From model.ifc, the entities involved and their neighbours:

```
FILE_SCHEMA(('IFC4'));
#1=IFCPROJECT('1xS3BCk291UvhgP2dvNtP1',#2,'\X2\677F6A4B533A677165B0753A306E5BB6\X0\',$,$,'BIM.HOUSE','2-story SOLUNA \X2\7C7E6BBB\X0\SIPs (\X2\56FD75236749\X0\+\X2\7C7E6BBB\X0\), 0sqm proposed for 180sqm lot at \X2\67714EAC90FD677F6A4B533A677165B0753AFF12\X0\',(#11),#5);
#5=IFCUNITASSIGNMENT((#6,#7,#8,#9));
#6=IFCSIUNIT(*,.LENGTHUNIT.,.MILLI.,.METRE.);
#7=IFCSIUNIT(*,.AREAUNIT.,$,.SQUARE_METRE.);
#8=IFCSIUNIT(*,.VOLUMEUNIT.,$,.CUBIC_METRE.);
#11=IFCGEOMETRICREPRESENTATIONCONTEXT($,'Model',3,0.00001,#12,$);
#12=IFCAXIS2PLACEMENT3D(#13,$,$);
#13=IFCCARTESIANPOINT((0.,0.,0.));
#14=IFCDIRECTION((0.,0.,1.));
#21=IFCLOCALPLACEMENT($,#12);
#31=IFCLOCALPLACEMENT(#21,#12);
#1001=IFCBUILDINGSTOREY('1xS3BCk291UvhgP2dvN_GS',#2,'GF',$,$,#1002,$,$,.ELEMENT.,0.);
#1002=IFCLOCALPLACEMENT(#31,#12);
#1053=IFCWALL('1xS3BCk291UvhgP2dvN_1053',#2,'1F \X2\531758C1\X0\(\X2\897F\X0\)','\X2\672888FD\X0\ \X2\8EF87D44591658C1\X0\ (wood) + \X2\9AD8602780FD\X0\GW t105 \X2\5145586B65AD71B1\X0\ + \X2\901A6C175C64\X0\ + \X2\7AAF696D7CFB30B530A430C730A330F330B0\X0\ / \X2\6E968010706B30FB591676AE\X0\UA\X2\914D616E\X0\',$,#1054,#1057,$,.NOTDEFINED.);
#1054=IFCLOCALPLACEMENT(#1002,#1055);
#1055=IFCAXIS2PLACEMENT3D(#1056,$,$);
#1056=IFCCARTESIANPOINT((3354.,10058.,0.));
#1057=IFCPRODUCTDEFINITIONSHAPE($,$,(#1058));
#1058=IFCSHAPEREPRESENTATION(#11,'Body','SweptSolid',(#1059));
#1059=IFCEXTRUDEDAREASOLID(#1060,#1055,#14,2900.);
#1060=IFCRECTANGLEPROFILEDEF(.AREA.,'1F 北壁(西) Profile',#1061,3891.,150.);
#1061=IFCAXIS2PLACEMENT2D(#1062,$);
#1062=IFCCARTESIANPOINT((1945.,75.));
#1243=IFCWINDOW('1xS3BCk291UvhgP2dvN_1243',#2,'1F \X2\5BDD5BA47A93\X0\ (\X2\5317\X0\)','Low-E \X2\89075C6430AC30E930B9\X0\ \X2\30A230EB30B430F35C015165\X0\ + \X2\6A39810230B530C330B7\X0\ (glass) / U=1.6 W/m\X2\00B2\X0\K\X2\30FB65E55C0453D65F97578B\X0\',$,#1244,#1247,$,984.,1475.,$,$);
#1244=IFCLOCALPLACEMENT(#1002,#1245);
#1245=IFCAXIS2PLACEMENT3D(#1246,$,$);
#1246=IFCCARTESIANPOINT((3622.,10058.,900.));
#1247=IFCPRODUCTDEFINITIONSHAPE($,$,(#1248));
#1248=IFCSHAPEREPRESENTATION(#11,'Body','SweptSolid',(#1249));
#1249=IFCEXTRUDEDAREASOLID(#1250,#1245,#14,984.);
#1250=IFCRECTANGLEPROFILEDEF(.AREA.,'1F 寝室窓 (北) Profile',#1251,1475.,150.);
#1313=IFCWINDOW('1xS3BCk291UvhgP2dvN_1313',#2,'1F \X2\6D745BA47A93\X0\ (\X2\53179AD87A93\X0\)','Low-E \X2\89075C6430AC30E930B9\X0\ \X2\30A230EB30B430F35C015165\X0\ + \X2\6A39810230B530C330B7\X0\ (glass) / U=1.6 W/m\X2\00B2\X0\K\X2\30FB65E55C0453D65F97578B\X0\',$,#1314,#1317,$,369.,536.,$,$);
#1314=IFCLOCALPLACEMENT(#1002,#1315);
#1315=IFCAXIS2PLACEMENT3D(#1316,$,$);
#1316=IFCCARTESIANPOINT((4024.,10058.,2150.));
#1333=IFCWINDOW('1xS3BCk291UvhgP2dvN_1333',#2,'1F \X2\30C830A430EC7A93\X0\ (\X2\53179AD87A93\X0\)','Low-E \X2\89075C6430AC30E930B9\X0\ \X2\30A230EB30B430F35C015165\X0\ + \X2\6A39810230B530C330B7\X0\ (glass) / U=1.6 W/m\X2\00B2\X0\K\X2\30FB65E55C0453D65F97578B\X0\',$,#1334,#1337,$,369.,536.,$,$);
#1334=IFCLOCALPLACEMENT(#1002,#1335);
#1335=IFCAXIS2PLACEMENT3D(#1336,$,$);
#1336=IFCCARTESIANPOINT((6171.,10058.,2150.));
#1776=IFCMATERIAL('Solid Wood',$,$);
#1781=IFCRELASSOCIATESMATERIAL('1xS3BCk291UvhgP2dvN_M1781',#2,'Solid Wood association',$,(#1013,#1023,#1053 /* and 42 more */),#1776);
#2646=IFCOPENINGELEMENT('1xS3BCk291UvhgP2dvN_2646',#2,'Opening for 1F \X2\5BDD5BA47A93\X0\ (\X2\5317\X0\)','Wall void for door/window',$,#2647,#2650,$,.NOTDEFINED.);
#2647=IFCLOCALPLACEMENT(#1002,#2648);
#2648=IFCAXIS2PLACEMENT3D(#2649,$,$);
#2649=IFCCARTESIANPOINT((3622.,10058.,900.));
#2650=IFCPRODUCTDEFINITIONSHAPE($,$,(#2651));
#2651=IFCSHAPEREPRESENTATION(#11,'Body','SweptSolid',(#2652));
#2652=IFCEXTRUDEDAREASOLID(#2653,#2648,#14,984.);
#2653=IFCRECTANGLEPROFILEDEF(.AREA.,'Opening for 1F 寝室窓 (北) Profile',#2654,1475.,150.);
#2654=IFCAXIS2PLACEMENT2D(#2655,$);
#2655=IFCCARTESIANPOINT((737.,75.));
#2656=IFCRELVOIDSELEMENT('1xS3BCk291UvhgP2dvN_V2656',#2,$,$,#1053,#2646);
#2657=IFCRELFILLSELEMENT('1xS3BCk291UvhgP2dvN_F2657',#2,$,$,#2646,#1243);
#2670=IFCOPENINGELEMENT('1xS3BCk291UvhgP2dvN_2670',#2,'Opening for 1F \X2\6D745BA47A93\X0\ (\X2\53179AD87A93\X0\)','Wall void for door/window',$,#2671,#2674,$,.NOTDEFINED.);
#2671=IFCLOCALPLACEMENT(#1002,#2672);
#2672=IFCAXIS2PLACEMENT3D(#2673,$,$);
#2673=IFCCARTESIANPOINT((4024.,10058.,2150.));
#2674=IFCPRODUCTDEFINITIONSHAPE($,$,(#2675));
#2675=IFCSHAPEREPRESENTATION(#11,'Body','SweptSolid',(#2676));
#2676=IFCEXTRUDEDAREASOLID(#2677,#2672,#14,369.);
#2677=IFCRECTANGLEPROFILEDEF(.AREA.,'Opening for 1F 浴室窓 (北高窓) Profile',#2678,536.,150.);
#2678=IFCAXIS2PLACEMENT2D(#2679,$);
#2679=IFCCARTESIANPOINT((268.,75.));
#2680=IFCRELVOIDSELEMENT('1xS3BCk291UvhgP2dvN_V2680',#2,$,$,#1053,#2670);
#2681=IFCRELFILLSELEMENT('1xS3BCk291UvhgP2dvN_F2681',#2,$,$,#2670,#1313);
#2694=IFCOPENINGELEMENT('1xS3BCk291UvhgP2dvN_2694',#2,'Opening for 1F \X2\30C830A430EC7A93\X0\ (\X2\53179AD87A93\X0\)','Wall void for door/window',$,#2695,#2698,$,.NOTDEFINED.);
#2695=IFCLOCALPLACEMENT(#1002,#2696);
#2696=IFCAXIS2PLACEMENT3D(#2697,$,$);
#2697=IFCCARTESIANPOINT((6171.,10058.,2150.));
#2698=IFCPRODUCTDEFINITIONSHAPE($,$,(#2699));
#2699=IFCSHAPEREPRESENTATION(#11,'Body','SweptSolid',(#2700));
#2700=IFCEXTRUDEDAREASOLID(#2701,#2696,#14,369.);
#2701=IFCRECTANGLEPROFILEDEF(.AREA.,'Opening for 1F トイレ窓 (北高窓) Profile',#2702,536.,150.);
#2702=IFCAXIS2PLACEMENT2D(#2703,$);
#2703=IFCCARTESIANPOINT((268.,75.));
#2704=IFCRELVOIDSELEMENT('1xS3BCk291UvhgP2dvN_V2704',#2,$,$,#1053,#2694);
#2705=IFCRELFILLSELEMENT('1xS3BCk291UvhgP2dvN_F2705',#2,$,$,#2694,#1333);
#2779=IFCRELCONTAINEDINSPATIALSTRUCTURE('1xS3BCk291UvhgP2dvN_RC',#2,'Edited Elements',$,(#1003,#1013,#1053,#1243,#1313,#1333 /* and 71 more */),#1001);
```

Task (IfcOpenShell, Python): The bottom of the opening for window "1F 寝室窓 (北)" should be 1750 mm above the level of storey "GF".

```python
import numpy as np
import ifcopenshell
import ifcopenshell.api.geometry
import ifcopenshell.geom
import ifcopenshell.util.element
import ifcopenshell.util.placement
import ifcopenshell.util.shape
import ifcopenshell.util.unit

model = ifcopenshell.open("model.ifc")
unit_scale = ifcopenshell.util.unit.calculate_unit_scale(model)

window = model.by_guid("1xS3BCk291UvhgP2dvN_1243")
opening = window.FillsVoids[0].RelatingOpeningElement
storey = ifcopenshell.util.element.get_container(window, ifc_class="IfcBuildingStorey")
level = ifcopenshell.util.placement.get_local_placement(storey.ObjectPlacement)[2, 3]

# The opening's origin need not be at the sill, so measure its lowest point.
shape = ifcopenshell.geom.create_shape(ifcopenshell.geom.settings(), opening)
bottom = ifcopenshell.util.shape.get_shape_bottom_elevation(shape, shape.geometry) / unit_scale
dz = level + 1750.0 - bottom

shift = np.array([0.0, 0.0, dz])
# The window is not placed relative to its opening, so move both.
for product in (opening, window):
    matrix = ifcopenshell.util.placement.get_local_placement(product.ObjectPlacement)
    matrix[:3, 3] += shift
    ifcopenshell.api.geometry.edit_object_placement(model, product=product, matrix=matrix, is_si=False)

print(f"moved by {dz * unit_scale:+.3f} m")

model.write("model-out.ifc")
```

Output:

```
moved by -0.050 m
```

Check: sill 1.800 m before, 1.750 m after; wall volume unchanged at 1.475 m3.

━━━━━━━━

(Task requirements) Which lines in the records above contain the word "NOTDEFINED"? Return each of them.

(Response below)
#1053=IFCWALL('1xS3BCk291UvhgP2dvN_1053',#2,'1F \X2\531758C1\X0\(\X2\897F\X0\)','\X2\672888FD\X0\ \X2\8EF87D44591658C1\X0\ (wood) + \X2\9AD8602780FD\X0\GW t105 \X2\5145586B65AD71B1\X0\ + \X2\901A6C175C64\X0\ + \X2\7AAF696D7CFB30B530A430C730A330F330B0\X0\ / \X2\6E968010706B30FB591676AE\X0\UA\X2\914D616E\X0\',$,#1054,#1057,$,.NOTDEFINED.);
#2646=IFCOPENINGELEMENT('1xS3BCk291UvhgP2dvN_2646',#2,'Opening for 1F \X2\5BDD5BA47A93\X0\ (\X2\5317\X0\)','Wall void for door/window',$,#2647,#2650,$,.NOTDEFINED.);
#2670=IFCOPENINGELEMENT('1xS3BCk291UvhgP2dvN_2670',#2,'Opening for 1F \X2\6D745BA47A93\X0\ (\X2\53179AD87A93\X0\)','Wall void for door/window',$,#2671,#2674,$,.NOTDEFINED.);
#2694=IFCOPENINGELEMENT('1xS3BCk291UvhgP2dvN_2694',#2,'Opening for 1F \X2\30C830A430EC7A93\X0\ (\X2\53179AD87A93\X0\)','Wall void for door/window',$,#2695,#2698,$,.NOTDEFINED.);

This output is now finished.